Using structure and technique, Gina T. Cacalano hopes to rehabilitate the image of dance improv.  | Theater | Pittsburgh | Pittsburgh City Paper

Using structure and technique, Gina T. Cacalano hopes to rehabilitate the image of dance improv. 

In live dance, the use of improvisation has gotten a bad rap over the years. Unlike jazz music and stand-up comedy, where improv is widely accepted, dance audiences tend to shy away. 

One reason is that dancers are trained primarily as the instruments a choreographer uses to create art. When they do improvise, their approach is one of playfulness -- perhaps absent the recognition that what's fun for them to dance isn't always entertaining for audiences to watch.

Shows with dancers crawling under stage curtains and slumping all over one another has soured perceptions of the practice. But not all improvisation is bad improvisation.

Gia T. Cacalano, dubbed "Pittsburgh's Improv Queen" by one local critic, looks to change audience notions about what dance improvisation can be. Along with dancers Allie Greene, Beth Ratas and Jasmine Hearn, plus vibraphonist Jeff Berman and electronics artist Dave Bernabo, Cacalano presents 2010 The Next Installation, at Point Breeze's The Space Upstairs Aug. 20 and 21. 

With her background in classical modern dance styles as well as butoh and ballet, Cacalano says that over the years she became disenchanted with always having to be on a certain line and looking like everyone else.

"The no-rule factor in improvisation is much more inspirational for me as a dancer," says Cacalano.

Her approach to improv, however, does employ some structure. Like a chord progression in jazz, structured improvisation sets up a framework and guidelines for the dance work that allows for both artistic freedoms for dancers and a cohesiveness to a work's overall theme.

"There is always the element of choice and chance within the structure that we set up," says Cacalano.

In many new dance works, set choreography is the end product of improvised and edited movement. Cacalano takes the opposite approach: The "set" choreography is only the starting point, providing the initial movement phrases from which the dancers can deviate dramatically. 

"There are common threads, lines and triggers that the dancers will key off of, but there are no absolutes with regard to the movement," she says.

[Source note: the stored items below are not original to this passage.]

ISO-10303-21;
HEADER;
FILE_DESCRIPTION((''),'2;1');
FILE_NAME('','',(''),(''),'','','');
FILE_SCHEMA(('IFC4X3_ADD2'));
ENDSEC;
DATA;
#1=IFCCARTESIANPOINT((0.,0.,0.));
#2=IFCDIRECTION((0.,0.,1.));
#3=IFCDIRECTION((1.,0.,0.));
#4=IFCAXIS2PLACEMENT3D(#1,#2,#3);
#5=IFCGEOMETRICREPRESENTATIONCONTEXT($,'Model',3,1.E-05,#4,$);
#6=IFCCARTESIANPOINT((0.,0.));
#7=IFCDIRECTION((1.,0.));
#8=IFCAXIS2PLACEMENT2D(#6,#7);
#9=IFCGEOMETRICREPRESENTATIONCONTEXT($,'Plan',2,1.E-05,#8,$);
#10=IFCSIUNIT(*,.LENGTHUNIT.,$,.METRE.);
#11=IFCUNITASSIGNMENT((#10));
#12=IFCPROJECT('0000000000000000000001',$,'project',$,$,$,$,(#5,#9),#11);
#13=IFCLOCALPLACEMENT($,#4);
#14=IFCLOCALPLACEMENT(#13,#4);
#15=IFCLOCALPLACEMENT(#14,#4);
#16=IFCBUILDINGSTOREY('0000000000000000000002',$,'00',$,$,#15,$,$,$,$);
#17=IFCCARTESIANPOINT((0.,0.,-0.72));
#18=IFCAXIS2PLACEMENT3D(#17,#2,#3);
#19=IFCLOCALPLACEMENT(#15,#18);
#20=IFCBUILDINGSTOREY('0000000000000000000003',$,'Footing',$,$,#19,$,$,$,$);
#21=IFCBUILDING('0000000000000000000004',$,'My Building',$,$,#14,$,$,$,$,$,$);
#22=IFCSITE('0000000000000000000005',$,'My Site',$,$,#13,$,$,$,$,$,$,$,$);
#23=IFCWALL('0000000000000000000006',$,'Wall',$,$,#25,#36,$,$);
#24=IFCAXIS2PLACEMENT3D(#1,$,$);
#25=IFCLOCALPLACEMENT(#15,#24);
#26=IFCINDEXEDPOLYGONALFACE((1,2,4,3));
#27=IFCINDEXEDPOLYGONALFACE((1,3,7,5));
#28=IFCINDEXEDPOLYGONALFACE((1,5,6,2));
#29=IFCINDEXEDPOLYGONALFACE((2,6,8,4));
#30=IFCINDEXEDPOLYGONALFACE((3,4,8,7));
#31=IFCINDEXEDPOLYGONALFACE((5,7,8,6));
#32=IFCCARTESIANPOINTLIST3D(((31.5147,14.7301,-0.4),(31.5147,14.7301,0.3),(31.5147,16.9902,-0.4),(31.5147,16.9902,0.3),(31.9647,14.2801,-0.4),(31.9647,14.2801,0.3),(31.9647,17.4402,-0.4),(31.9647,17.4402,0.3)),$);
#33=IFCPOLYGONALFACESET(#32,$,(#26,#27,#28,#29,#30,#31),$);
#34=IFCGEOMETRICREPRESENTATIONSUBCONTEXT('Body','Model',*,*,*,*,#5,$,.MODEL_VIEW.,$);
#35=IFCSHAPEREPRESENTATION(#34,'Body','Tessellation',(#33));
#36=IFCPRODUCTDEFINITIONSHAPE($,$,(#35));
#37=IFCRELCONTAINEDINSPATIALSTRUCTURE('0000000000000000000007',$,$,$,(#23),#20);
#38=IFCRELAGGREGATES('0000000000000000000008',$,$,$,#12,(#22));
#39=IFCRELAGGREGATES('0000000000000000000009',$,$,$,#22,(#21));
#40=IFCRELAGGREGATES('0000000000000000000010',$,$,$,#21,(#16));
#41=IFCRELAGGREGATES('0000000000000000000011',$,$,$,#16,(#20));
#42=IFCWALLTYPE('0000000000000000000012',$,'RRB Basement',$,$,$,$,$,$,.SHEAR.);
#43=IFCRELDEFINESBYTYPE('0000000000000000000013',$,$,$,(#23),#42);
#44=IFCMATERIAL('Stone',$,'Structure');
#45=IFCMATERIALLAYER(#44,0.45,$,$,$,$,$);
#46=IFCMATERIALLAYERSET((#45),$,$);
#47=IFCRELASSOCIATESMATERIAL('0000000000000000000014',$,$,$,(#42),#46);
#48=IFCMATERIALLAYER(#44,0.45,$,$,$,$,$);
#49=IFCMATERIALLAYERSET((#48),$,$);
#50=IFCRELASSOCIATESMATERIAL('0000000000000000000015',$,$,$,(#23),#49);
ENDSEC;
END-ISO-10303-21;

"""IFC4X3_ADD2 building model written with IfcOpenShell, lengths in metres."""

from ifc_helpers import new_model, si_unit, frame, origin_with_axes, origin_2d_with_axis, place, context, subcontext, project, spatial, line, indexed_curve, outline, extrude, material, layer, layer_set, layer_usage, type_object, element, save


model = new_model("IFC4X3_ADD2")

# Units and contexts
model_context = context("Model", 3, precision=1e-05, world=origin_with_axes())
plan_context = context("Plan", 2, precision=1e-05, world=origin_2d_with_axis())
body_context = subcontext(model_context, "Body", "Model", "MODEL_VIEW")
ifc_project = project(units=[si_unit("LENGTHUNIT", "METRE")], contexts=[model_context, plan_context])

# Site, building, storeys
site_placement = place(None, origin_with_axes())
site = spatial("IfcSite", under=ifc_project, at=site_placement, Name="My Site")
building_placement = place(site_placement, origin_with_axes())
building = spatial("IfcBuilding", under=site, at=building_placement, Name="My Building")
storey_1_placement = place(building_placement, origin_with_axes())
storey_1 = spatial("IfcBuildingStorey", under=building, at=storey_1_placement, Name="00")
storey_2_placement = place(storey_1_placement, frame((0.0, 0.0, -0.72), z_axis=(0.0, 0.0, 1.0), x_axis=(1.0, 0.0, 0.0)))
storey_2 = spatial("IfcBuildingStorey", under=storey_1, at=storey_2_placement, Name="Footing")

# Wall
ifc_material_1 = material(Name="Stone", Category="Structure")
ifc_layer_1 = layer(ifc_material_1, 0.45)
ifc_layer_set_1 = layer_set([ifc_layer_1])
wall_type_1 = type_object("IfcWallType", Name="RRB Basement", PredefinedType="SHEAR", material=ifc_layer_set_1)
ifc_layer_2 = layer(ifc_material_1, 0.45)
ifc_layer_set_2 = layer_set([ifc_layer_2])
ifc_layer_usage_1 = layer_usage(ifc_layer_set_2, "AXIS2", "NEGATIVE", 0.0)
wall_1_placement = place(storey_2_placement, frame((31.5147, 14.2801, 0.32), z_axis=(0.0, 0.0, 1.0), x_axis=(0.0, 1.0, 0.0)))
element("IfcWall", 1, at=wall_1_placement, inside=storey_2, type_object=wall_type_1, material=ifc_layer_usage_1, Name="Wall", context=body_context, shape_type="SweptSolid", body=[
    extrude(outline(indexed_curve([(0.0, -0.45), (0.45, 0.0), (2.71, 0.0), (3.16, -0.45)], segments=[line(1, 2, 3, 4, 1)])), origin_with_axes(), (0.0, 0.0, 1.0), 0.7),
])

save(model, "model.ifc")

Following this past February's initial sold-out installation at The Space Upstairs, the two-hour 2010 The Next Installation will examine themes of space and time, and use text and manipulated sounds created by Bernabo, with original music from Berman.

As in her past works, the movement in the half-dozen works on the new program will indeed be improvised. But Cacalano promises a fine-tuned program with strong technique from the dancers -- inspired improv, not off-the-cuff noodling.


Gia T. Cacalano presents 2010 The Next Installation 8 p.m. Fri., Aug. 20, and 8 p.m. Sat., Aug. 21. The Space Upstairs, 214 N. Lexington St., Point Breeze. $12-15. 412-758-3265 or [email protected]

Using structure and technique, Gina T. Cacalano hopes to rehabilitate the image of dance improv. 
Courtesy of Cassie Rusnak
The no-rule factor: Gia Cacalano.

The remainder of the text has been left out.